[Stored items]
******************************

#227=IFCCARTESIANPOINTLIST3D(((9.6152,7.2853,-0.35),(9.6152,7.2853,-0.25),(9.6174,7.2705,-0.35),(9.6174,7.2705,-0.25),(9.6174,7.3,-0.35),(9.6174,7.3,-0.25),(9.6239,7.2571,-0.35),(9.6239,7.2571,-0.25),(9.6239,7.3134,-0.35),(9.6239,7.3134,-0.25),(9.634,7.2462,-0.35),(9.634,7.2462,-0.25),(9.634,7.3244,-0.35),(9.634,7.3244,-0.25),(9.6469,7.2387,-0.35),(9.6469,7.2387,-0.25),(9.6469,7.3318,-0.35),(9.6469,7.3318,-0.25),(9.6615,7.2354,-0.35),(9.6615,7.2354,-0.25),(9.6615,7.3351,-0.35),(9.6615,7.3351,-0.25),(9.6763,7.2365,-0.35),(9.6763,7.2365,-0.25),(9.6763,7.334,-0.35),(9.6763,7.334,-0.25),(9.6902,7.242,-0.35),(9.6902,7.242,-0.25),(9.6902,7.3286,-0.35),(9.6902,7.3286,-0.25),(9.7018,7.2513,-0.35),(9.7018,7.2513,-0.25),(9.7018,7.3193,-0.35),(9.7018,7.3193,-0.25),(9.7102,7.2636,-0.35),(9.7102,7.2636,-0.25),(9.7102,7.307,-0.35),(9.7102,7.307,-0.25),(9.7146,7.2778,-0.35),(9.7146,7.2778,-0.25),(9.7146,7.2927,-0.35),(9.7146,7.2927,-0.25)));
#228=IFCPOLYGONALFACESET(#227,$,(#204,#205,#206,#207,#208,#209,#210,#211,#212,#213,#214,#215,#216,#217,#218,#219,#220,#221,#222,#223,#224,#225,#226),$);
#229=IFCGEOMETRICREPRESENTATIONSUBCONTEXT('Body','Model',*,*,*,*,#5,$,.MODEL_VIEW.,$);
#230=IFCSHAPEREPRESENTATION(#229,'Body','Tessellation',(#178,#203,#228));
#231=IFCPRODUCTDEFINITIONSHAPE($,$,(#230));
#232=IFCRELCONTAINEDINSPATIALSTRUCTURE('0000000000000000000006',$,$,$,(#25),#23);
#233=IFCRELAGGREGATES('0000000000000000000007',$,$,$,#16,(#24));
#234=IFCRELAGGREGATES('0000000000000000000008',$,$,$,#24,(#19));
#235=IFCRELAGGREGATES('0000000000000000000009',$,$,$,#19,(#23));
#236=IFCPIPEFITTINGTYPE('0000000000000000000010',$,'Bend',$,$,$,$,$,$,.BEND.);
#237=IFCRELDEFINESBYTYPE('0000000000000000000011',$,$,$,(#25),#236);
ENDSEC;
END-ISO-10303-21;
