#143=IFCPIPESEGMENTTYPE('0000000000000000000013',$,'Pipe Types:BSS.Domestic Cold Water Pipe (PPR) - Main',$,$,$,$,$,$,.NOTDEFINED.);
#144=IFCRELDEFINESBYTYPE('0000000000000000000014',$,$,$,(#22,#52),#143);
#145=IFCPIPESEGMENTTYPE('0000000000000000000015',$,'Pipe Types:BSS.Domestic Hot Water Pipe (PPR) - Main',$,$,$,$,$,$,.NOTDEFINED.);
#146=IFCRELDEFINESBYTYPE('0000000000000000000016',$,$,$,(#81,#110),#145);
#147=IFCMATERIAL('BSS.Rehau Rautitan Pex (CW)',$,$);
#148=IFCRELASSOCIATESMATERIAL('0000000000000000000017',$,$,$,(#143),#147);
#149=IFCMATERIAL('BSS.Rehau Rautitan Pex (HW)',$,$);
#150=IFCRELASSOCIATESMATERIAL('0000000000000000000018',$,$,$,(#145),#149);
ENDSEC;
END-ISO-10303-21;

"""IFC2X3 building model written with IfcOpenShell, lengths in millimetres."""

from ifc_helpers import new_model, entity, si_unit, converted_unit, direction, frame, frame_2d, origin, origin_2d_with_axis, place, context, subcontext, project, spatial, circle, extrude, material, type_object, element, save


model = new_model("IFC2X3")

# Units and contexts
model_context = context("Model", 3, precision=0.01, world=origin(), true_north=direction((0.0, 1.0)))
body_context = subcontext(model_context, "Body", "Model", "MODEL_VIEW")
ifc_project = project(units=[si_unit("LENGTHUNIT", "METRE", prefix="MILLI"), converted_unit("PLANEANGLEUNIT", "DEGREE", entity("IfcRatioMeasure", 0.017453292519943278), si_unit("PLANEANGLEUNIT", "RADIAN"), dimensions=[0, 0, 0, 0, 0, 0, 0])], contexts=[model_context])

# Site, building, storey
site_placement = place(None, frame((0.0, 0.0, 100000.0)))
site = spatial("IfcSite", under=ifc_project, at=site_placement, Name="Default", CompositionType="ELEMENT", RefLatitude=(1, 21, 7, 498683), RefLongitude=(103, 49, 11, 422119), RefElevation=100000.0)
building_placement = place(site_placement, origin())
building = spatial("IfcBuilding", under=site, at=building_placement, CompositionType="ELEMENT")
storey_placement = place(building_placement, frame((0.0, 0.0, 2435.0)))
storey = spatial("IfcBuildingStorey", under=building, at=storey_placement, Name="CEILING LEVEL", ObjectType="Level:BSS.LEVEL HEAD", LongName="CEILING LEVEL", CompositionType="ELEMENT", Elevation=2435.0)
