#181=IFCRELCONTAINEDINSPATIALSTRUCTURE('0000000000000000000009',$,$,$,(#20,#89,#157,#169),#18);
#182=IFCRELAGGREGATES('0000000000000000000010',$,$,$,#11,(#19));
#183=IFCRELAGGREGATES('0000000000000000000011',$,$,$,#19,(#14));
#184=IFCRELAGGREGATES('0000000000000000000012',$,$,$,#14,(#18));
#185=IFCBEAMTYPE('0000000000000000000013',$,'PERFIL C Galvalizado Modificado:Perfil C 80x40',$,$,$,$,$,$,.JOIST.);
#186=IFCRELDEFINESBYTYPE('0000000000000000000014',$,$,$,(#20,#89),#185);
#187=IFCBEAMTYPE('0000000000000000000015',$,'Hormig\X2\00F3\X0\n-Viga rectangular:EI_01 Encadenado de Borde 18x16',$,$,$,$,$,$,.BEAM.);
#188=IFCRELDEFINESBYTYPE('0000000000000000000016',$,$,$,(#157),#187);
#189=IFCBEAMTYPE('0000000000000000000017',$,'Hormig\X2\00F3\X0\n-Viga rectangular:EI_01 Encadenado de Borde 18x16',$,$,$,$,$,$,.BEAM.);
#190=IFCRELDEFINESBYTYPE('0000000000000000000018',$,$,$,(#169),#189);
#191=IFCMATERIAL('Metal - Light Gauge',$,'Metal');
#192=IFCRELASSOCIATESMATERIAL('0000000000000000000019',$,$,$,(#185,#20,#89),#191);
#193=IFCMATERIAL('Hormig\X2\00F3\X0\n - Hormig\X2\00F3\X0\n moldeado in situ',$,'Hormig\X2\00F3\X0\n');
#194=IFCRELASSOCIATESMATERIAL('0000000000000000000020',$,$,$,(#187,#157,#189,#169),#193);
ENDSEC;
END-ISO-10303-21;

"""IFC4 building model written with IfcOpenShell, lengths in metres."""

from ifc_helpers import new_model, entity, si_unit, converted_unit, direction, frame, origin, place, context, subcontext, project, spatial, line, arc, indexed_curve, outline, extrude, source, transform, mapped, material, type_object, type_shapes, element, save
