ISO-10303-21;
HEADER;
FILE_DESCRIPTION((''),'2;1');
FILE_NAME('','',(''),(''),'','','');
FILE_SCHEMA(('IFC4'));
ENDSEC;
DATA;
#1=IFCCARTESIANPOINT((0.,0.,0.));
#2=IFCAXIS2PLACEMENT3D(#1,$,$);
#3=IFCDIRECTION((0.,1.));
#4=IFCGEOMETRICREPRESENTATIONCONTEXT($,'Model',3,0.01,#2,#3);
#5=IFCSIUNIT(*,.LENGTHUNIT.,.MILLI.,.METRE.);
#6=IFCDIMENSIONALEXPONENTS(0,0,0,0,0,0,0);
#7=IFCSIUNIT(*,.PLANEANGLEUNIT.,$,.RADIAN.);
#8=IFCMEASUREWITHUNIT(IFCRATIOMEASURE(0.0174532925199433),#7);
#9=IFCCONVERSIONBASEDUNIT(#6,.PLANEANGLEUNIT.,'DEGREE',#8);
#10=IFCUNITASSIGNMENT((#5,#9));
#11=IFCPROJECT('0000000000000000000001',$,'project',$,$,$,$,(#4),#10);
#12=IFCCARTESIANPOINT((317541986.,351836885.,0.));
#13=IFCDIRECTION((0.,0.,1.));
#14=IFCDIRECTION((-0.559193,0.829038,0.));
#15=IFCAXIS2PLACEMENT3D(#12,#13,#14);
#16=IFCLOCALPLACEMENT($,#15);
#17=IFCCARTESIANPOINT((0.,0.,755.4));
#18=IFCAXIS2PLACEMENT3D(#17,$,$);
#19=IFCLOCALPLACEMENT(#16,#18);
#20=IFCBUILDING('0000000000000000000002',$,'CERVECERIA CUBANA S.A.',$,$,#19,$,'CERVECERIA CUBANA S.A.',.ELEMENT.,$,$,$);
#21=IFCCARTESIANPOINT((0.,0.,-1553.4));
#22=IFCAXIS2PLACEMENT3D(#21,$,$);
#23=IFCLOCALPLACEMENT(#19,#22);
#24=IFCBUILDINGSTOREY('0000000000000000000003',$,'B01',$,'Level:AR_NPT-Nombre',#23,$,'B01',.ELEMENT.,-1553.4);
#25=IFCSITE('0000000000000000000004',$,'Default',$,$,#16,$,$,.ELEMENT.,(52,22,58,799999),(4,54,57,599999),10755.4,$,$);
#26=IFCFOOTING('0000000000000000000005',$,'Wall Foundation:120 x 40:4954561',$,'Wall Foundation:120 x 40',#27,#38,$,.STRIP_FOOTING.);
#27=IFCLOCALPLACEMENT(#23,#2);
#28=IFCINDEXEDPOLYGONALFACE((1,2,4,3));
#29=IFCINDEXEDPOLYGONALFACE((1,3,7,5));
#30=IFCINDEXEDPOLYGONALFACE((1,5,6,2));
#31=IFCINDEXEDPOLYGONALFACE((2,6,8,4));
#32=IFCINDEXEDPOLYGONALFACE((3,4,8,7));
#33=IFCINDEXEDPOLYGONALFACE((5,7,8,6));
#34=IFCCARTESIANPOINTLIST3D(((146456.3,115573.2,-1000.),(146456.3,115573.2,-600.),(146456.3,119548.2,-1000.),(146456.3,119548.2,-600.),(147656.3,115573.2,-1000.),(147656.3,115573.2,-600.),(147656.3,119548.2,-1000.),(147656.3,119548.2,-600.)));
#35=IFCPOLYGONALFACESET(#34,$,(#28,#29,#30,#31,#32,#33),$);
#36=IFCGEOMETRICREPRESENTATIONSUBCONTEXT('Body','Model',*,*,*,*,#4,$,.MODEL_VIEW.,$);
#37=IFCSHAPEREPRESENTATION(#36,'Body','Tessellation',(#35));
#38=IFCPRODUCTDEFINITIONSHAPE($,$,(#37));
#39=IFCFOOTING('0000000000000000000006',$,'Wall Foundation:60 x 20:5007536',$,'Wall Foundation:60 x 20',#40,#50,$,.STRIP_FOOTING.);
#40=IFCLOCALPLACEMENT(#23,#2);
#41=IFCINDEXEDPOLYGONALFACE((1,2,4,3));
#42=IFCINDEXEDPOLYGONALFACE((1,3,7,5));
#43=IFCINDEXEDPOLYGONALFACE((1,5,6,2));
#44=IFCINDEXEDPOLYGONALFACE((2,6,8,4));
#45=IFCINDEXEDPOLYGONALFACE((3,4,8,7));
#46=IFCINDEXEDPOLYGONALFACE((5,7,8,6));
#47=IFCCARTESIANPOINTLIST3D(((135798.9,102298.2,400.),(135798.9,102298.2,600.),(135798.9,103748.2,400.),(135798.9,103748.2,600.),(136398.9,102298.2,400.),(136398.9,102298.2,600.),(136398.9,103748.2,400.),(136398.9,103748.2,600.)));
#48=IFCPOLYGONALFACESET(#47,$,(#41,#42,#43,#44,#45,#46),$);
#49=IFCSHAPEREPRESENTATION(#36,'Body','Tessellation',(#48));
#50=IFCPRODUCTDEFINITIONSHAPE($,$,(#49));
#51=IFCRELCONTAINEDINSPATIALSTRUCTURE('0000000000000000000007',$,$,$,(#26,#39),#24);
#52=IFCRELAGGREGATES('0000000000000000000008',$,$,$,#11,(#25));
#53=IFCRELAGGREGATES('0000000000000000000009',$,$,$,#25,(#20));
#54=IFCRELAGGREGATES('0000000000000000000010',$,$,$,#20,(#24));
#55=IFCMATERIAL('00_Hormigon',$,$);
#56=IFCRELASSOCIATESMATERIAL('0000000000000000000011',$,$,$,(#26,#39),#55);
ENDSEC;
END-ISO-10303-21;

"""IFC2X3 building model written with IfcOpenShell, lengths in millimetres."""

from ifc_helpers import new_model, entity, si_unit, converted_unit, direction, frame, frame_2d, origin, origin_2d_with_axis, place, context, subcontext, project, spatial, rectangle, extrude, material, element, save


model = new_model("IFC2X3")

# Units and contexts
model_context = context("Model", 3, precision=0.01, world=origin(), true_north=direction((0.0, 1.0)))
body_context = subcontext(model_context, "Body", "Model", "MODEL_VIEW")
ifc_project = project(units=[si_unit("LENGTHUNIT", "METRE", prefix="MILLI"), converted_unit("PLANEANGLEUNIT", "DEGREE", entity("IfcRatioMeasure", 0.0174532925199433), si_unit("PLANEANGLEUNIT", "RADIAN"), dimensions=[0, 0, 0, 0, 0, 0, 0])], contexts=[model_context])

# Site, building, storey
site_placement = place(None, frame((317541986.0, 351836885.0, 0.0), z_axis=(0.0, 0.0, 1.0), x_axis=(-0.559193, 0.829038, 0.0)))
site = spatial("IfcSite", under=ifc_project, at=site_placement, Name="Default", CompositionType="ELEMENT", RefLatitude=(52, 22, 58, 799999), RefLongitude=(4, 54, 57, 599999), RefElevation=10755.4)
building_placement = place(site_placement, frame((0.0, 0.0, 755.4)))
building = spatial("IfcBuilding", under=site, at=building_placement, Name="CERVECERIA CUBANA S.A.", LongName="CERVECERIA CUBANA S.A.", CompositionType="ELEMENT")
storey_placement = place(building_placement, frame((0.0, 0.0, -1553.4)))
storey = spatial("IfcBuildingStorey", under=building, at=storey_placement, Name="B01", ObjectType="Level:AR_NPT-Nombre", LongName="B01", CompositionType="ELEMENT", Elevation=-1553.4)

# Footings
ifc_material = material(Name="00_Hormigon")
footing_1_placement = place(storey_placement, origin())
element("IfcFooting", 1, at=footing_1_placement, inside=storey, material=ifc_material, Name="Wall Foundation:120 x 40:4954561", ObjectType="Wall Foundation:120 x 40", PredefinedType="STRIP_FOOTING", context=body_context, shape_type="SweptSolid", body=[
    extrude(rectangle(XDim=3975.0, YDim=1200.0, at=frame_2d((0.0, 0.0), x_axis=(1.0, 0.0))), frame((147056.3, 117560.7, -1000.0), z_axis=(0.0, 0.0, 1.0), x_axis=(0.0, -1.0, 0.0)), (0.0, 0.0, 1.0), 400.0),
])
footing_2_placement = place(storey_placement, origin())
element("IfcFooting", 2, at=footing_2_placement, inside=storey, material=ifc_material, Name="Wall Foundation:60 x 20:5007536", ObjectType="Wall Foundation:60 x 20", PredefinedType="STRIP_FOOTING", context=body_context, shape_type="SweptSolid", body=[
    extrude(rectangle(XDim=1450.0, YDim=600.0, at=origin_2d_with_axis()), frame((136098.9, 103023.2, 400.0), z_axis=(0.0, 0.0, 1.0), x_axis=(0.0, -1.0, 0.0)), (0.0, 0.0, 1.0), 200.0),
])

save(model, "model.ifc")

******************************

- _Activity_: The number of lines in the data holding the string "IFCSHAPEREPRESENTATION" is the whole answer.

- _Exercise response_: 3